The Supreme Court’s threat of discipline for a Washington lawyer based on a nearly unintelligible filing he had submitted has ended with no punishment, but with a lesson for advocates before the Court about their professional duties.  The Court, in a brief order Monday, indicated that it would not take action against that lawyer, Howard Neil Shipley.

In October, over Shipley’s signature as counsel of record, his firm filed a petition seeking Court review of a petition (Schindler v.

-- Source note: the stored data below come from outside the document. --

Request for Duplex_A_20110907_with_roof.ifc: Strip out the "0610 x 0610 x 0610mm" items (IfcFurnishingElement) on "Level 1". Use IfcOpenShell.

First a look at what the model holds.

```python
import ifcopenshell
import ifcopenshell.util.element

model = ifcopenshell.open("Duplex_A_20110907_with_roof.ifc")
print(model.schema)
storey = next(s for s in model.by_type("IfcBuildingStorey") if s.Name == "Level 1")
furniture = [e for e in ifcopenshell.util.element.get_decomposition(storey) if e.is_a("IfcFurnishingElement")]
seen = {}
for e in furniture:
    element_type = ifcopenshell.util.element.get_type(e)
    name = element_type.Name if element_type not in (None, e) else None
    seen[name] = seen.get(name, 0) + 1
for name, count in sorted(seen.items(), key=str):
    print(count, "x", name)
```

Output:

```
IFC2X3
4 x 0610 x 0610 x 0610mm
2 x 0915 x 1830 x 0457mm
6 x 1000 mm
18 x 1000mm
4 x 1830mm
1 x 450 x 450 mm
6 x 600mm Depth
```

```python
import ifcopenshell
import ifcopenshell.api.root
import ifcopenshell.util.element

model = ifcopenshell.open("Duplex_A_20110907_with_roof.ifc")

storey = next(s for s in model.by_type("IfcBuildingStorey") if s.Name == "Level 1")
furniture = [e for e in ifcopenshell.util.element.get_decomposition(storey) if e.is_a("IfcFurnishingElement")]
targets = [e for e in furniture if (t := ifcopenshell.util.element.get_type(e)) not in (None, e) and t.Name == "0610 x 0610 x 0610mm"]

for e in targets:
    ifcopenshell.api.root.remove_product(model, product=e)
print(len(targets), "removed")

model.write("Duplex_A_20110907_with_roof_rev.ifc")
```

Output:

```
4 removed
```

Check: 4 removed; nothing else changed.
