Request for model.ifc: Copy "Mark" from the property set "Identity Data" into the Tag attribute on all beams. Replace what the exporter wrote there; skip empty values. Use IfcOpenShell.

First a look at what the model holds.

```python
import ifcopenshell
import ifcopenshell.util.element

model = ifcopenshell.open("model.ifc")
print(model.schema)
beams = model.by_type("IfcBeam")
print(len(beams), "beams")
for e in beams[:8]:
    source = ifcopenshell.util.element.get_pset(e, "Identity Data", "Mark")
    target = e.Tag
    print(e.id(), repr(source), repr(target), sep=" | ")
```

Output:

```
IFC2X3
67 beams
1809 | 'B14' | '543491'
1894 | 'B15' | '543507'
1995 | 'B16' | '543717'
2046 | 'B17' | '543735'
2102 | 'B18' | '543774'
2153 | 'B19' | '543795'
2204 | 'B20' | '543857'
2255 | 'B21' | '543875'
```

```python
import ifcopenshell
import ifcopenshell.util.element

model = ifcopenshell.open("model.ifc")

count = 0
for e in model.by_type("IfcBeam"):
    value = ifcopenshell.util.element.get_pset(e, "Identity Data", "Mark")
    current = e.Tag
    if not value or not value.strip() or current == value:
        continue
    e.Tag = value
    count += 1

print(count, "beams updated")

model.write("model_edited.ifc")
```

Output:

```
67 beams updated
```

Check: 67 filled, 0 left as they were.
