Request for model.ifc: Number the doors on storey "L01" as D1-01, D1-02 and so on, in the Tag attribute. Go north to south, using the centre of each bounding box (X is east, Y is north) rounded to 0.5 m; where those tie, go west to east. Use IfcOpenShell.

First a look at what the model holds.

```python
import ifcopenshell
import ifcopenshell.util.element
import ifcopenshell.util.placement

model = ifcopenshell.open("model.ifc")
print(model.schema)
storey = next(s for s in model.by_type("IfcBuildingStorey") if s.Name == "L01")
doors = [e for e in ifcopenshell.util.element.get_decomposition(storey) if e.is_a("IfcDoor")]
for e in sorted(doors, key=lambda e: e.id()):
    origin = ifcopenshell.util.placement.get_local_placement(e.ObjectPlacement)[:3, 3]
    print(e.id(), e.Tag, e.Name, origin.round(2) + 0.0, sep=" | ")
```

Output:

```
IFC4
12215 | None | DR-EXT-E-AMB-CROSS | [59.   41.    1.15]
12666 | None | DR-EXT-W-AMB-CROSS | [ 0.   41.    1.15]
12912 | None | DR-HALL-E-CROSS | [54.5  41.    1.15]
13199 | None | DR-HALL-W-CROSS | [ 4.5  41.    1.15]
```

```python
import ifcopenshell
import ifcopenshell.geom
import ifcopenshell.util.element
import ifcopenshell.util.shape

model = ifcopenshell.open("model.ifc")
settings = ifcopenshell.geom.settings()
settings.set("use-world-coords", True)


def centre(element):
    shape = ifcopenshell.geom.create_shape(settings, element)
    return ifcopenshell.util.shape.get_bbox_centroid(shape.geometry)


storey = next(s for s in model.by_type("IfcBuildingStorey") if s.Name == "L01")
doors = [e for e in ifcopenshell.util.element.get_decomposition(storey) if e.is_a("IfcDoor")]

# Insertion points can sit at a corner or the storey origin, so sort by the geometry (in metres).
centres = {e: centre(e) for e in doors}
doors.sort(key=lambda e: (-round(centres[e][1] / 0.5), centres[e][0]))

for i, e in enumerate(doors, start=1):
    number = f"D1-{i:02d}"
    e.Tag = number
    print(e.id(), number)

model.write("model_updated.ifc")
```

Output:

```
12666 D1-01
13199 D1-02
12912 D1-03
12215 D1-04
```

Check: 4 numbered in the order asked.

Lee, docket 14-424) that seemed to be about interpretation by the Patent Office of patent claims.  Neither the questions presented nor the body of the filing were clear, however, and many symbols and abbreviations were used throughout its thirty-seven pages.

On the final page, a foonote said that an inventor, Sigram Schindler, who was the firm’s client, “should be recognized for significant contributions to this petition.”

The Patent Office chose not to reply, and the Court denied the petition on December 8.  On that same day, the Court told Shipley to “show cause why he should not be sanctioned for his conduct as a member of the Bar of this Court in connection with the petition.”

By the time Shipley replied to that order, on February 20, he had hired a noted Supreme Court advocate, Paul D. Clement, to file on his behalf.  Clement’s response asked for mercy, and put much of the blame for the contents of the petition on the inventor/client, described as insistent and demanding.

Nothing further happened until Monday, when the Court lifted the threat of discipline.  But its order pointedly cautioned members of the Bar that they had a duty, under the Court’s rules, to take responsibility themselves for what they said in filings, and not to hand that task over to clients.